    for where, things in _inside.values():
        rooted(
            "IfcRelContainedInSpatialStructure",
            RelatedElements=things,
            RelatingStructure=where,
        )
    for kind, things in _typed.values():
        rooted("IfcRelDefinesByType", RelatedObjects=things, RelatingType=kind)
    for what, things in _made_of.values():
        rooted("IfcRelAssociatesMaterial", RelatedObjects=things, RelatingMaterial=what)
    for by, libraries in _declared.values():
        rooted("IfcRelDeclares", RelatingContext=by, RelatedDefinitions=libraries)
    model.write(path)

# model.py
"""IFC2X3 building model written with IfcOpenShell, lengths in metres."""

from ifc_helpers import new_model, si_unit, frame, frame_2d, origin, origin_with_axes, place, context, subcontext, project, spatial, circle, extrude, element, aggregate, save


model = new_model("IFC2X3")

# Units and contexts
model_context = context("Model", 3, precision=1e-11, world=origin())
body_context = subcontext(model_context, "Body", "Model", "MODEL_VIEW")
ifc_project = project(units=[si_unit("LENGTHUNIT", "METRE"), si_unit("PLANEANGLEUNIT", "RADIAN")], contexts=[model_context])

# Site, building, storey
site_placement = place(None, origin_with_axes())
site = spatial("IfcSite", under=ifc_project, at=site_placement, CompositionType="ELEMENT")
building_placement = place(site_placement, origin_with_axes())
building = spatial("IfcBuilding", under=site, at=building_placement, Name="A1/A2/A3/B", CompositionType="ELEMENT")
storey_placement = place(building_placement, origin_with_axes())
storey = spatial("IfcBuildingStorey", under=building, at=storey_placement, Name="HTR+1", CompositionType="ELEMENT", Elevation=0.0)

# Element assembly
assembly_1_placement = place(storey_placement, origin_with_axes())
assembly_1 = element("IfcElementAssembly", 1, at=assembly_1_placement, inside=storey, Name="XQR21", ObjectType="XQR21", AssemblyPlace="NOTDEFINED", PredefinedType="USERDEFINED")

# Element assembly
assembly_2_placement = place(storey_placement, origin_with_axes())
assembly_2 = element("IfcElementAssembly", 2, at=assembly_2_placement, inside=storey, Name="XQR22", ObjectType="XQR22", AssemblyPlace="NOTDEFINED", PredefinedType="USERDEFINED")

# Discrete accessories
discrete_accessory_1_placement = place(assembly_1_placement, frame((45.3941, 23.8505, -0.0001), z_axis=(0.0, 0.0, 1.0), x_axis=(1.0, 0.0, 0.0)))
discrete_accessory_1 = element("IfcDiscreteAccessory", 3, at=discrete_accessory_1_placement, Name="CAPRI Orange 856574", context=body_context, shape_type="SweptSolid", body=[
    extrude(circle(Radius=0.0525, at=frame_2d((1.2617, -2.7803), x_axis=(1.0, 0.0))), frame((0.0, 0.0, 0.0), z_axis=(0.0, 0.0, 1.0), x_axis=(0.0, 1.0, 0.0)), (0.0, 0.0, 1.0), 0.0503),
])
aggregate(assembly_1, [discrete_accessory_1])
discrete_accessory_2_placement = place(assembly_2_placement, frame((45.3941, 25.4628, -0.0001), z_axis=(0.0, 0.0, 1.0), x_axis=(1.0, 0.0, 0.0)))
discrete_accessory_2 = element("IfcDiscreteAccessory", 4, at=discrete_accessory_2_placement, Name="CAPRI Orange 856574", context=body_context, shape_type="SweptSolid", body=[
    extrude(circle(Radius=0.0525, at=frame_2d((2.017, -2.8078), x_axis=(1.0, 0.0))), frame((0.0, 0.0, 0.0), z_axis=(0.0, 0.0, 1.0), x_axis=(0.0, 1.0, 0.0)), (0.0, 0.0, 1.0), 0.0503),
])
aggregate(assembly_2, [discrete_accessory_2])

◆ WHAT YOU WILL DO: Your answer should be each line from the entries that includes the string "AssemblyPlace".

◆ ANSWER BELOW:
assembly_1 = element("IfcElementAssembly", 1, at=assembly_1_placement, inside=storey, Name="XQR21", ObjectType="XQR21", AssemblyPlace="NOTDEFINED", PredefinedType="USERDEFINED")
assembly_2 = element("IfcElementAssembly", 2, at=assembly_2_placement, inside=storey, Name="XQR22", ObjectType="XQR22", AssemblyPlace="NOTDEFINED", PredefinedType="USERDEFINED")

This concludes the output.